### Exercise material
====

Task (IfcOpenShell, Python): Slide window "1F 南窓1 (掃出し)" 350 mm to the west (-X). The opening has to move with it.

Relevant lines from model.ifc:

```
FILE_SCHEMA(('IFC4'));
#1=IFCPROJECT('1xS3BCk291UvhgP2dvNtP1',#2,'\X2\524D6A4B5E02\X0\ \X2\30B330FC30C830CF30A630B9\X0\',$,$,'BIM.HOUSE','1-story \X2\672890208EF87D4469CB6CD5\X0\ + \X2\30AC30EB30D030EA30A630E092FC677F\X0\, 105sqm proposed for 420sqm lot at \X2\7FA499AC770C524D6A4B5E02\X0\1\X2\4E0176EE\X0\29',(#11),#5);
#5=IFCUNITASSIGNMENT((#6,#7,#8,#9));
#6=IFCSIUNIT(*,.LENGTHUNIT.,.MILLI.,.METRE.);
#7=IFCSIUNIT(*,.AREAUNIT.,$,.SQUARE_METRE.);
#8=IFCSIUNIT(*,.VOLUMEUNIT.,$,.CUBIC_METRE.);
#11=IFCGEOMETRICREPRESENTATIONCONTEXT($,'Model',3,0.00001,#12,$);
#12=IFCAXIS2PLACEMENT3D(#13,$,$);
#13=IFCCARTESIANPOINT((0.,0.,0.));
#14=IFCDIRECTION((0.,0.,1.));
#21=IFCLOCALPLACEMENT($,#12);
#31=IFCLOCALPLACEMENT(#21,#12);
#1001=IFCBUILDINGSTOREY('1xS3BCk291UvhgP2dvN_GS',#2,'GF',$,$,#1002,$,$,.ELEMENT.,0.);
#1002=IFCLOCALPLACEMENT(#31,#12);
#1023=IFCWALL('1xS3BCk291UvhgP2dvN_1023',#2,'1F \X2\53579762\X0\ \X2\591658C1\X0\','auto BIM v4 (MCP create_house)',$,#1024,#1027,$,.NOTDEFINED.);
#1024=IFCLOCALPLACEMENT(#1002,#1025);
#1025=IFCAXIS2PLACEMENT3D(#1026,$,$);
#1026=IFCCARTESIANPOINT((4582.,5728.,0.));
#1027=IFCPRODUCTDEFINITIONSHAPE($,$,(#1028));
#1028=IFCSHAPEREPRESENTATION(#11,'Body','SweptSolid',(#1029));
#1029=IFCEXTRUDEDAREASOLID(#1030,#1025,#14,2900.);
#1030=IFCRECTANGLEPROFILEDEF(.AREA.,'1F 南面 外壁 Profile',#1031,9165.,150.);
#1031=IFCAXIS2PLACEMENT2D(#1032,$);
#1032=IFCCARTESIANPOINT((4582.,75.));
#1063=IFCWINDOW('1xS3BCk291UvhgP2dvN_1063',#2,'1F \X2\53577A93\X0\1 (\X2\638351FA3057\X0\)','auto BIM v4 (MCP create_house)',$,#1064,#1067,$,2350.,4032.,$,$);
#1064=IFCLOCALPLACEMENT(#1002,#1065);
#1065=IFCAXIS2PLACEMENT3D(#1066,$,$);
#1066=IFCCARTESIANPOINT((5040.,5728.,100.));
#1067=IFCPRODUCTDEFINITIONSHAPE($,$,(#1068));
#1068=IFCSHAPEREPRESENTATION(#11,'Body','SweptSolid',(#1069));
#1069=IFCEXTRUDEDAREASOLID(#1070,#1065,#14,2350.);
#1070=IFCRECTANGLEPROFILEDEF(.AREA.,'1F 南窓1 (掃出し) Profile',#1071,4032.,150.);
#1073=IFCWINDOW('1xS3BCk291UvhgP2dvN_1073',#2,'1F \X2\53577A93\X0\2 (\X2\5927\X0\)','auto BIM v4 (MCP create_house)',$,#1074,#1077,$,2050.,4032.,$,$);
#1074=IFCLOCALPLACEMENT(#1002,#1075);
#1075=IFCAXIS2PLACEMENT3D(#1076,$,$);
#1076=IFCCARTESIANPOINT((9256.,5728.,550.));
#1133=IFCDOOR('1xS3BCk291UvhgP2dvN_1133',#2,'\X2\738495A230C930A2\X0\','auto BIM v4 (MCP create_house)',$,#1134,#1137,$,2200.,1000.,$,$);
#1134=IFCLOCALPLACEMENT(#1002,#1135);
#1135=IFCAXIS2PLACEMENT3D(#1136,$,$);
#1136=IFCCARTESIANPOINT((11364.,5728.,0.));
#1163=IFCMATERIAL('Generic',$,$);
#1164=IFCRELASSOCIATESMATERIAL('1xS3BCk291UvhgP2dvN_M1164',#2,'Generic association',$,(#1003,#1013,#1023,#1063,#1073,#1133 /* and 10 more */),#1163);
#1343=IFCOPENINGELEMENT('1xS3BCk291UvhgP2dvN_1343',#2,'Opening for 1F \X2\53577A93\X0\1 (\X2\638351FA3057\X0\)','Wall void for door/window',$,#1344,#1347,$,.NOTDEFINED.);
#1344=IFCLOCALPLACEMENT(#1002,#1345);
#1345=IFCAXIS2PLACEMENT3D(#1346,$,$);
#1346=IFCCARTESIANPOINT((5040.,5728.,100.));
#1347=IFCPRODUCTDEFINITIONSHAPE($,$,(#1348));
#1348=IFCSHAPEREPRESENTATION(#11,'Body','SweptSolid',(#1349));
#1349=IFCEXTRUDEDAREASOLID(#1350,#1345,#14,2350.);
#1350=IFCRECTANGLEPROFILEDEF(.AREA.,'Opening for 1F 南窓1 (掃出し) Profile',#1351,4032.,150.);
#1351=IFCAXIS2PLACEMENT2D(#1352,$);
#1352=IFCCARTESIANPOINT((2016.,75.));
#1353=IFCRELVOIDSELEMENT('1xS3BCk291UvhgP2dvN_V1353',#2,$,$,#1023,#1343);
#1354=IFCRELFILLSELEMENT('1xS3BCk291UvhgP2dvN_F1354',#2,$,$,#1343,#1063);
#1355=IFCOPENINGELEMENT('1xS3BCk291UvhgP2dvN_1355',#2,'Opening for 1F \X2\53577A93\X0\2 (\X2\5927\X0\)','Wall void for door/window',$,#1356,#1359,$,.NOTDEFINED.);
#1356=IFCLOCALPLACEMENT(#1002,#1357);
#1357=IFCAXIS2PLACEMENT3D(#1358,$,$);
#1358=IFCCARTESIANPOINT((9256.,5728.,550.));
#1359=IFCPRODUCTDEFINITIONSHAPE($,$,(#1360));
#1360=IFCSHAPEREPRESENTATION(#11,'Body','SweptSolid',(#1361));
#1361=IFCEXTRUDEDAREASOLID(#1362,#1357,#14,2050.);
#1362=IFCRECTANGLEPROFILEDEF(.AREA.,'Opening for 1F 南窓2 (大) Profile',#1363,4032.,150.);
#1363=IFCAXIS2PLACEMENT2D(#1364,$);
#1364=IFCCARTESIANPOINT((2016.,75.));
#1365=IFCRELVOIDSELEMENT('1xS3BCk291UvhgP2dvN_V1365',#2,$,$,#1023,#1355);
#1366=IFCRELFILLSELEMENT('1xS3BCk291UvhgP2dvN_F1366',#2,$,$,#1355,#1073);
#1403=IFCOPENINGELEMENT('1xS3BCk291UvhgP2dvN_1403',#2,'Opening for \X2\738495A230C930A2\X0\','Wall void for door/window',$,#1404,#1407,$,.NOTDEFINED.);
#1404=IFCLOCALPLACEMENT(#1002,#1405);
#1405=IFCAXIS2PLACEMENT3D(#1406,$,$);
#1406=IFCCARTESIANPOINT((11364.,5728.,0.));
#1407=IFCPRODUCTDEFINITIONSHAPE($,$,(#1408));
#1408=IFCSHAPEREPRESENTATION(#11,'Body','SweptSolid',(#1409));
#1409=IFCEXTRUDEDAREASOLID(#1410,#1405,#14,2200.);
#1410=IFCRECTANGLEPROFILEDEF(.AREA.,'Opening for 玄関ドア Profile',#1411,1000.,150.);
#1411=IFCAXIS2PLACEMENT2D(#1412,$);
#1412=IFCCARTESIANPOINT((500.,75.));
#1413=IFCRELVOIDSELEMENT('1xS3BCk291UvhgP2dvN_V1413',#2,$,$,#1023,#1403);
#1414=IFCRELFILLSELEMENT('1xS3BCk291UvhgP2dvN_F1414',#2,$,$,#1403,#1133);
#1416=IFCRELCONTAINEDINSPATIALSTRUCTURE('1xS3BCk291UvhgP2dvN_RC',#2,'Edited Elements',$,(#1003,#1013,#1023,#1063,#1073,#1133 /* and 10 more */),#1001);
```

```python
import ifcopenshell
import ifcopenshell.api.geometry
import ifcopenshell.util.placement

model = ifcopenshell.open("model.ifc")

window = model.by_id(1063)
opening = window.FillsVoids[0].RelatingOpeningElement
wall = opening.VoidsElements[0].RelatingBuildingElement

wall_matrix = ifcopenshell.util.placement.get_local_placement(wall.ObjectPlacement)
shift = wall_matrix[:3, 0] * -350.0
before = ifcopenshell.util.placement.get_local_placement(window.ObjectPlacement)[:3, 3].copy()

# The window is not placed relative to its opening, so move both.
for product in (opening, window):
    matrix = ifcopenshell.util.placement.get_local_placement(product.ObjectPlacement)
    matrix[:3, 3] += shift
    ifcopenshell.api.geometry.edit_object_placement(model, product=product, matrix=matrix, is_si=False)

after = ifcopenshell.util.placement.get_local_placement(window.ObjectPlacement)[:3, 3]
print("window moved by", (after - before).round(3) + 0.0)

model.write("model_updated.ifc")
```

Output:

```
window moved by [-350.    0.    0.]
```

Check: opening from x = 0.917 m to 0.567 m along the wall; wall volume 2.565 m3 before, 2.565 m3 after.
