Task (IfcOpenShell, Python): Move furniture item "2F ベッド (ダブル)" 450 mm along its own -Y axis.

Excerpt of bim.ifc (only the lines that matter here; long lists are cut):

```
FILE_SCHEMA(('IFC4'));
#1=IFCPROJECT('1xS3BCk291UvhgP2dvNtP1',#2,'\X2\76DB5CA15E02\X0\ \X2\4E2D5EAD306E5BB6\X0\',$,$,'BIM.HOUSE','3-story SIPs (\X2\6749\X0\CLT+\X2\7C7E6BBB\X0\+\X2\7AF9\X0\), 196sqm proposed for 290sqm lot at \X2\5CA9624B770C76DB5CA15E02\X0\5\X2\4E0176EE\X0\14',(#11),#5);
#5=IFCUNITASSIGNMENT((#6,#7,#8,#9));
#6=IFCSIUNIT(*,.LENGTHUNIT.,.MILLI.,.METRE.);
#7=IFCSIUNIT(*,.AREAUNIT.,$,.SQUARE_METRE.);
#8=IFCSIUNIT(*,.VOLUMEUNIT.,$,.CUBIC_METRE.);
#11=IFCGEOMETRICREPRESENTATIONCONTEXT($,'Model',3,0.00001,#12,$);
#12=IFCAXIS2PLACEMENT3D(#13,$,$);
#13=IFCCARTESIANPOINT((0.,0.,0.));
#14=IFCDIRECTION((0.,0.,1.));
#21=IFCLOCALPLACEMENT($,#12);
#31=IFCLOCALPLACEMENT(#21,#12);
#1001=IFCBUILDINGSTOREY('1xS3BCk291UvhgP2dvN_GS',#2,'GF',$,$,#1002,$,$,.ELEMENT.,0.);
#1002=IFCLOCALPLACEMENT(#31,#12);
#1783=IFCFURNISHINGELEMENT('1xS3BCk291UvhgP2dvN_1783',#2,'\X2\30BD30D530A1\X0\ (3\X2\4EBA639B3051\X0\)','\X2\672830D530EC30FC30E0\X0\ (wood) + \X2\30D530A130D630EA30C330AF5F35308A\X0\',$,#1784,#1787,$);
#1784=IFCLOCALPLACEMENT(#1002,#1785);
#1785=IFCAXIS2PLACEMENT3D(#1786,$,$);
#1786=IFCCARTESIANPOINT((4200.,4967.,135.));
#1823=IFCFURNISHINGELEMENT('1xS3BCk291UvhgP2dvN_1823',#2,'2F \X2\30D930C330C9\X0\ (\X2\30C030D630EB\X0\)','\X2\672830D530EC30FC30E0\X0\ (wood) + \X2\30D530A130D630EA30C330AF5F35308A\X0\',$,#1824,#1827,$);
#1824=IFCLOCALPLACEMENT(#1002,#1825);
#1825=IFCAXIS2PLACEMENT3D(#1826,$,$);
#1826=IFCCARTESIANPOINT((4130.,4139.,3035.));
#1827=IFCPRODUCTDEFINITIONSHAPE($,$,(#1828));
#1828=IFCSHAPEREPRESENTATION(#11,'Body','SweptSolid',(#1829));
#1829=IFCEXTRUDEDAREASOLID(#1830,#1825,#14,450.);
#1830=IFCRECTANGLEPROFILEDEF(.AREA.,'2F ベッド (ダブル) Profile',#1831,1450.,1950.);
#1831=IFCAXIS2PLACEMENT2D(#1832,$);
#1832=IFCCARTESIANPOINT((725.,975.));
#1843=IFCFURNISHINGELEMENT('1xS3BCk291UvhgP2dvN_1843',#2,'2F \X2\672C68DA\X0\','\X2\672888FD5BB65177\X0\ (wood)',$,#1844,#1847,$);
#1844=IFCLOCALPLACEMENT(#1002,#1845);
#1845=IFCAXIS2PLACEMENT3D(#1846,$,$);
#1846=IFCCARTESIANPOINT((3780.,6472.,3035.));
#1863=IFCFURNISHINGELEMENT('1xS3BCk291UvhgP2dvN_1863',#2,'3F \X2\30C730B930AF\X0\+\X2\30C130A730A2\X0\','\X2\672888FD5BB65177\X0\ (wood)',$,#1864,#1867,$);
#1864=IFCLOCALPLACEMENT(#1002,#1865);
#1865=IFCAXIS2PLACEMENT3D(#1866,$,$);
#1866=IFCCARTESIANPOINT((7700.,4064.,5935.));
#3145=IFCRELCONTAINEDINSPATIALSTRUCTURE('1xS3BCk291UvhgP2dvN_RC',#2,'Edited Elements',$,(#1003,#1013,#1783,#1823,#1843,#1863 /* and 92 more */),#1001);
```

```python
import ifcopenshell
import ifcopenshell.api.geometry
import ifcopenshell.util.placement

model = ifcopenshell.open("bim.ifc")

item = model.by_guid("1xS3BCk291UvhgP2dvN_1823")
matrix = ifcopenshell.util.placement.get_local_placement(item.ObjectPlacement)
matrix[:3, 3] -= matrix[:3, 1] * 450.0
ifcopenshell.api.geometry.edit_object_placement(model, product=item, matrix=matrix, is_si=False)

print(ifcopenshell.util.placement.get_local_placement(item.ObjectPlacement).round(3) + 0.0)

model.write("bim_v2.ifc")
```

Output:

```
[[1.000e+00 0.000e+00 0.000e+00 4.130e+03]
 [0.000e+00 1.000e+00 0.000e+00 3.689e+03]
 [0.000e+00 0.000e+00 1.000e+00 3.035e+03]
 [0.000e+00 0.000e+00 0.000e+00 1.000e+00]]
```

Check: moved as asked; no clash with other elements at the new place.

====

### Your assignment
Please find each line in the records above that holds the word "IFCRECTANGLEPROFILEDEF", and copy it.

### Answer for the task
#1030=IFCRECTANGLEPROFILEDEF(.AREA.,'1F 南面 外壁 Profile',#1031,9165.,150.);
#1070=IFCRECTANGLEPROFILEDEF(.AREA.,'1F 南窓1 (掃出し) Profile',#1071,4032.,150.);
#1350=IFCRECTANGLEPROFILEDEF(.AREA.,'Opening for 1F 南窓1 (掃出し) Profile',#1351,4032.,150.);
#1362=IFCRECTANGLEPROFILEDEF(.AREA.,'Opening for 1F 南窓2 (大) Profile',#1363,4032.,150.);
#1410=IFCRECTANGLEPROFILEDEF(.AREA.,'Opening for 玄関ドア Profile',#1411,1000.,150.);
#1830=IFCRECTANGLEPROFILEDEF(.AREA.,'2F ベッド (ダブル) Profile',#1831,1450.,1950.);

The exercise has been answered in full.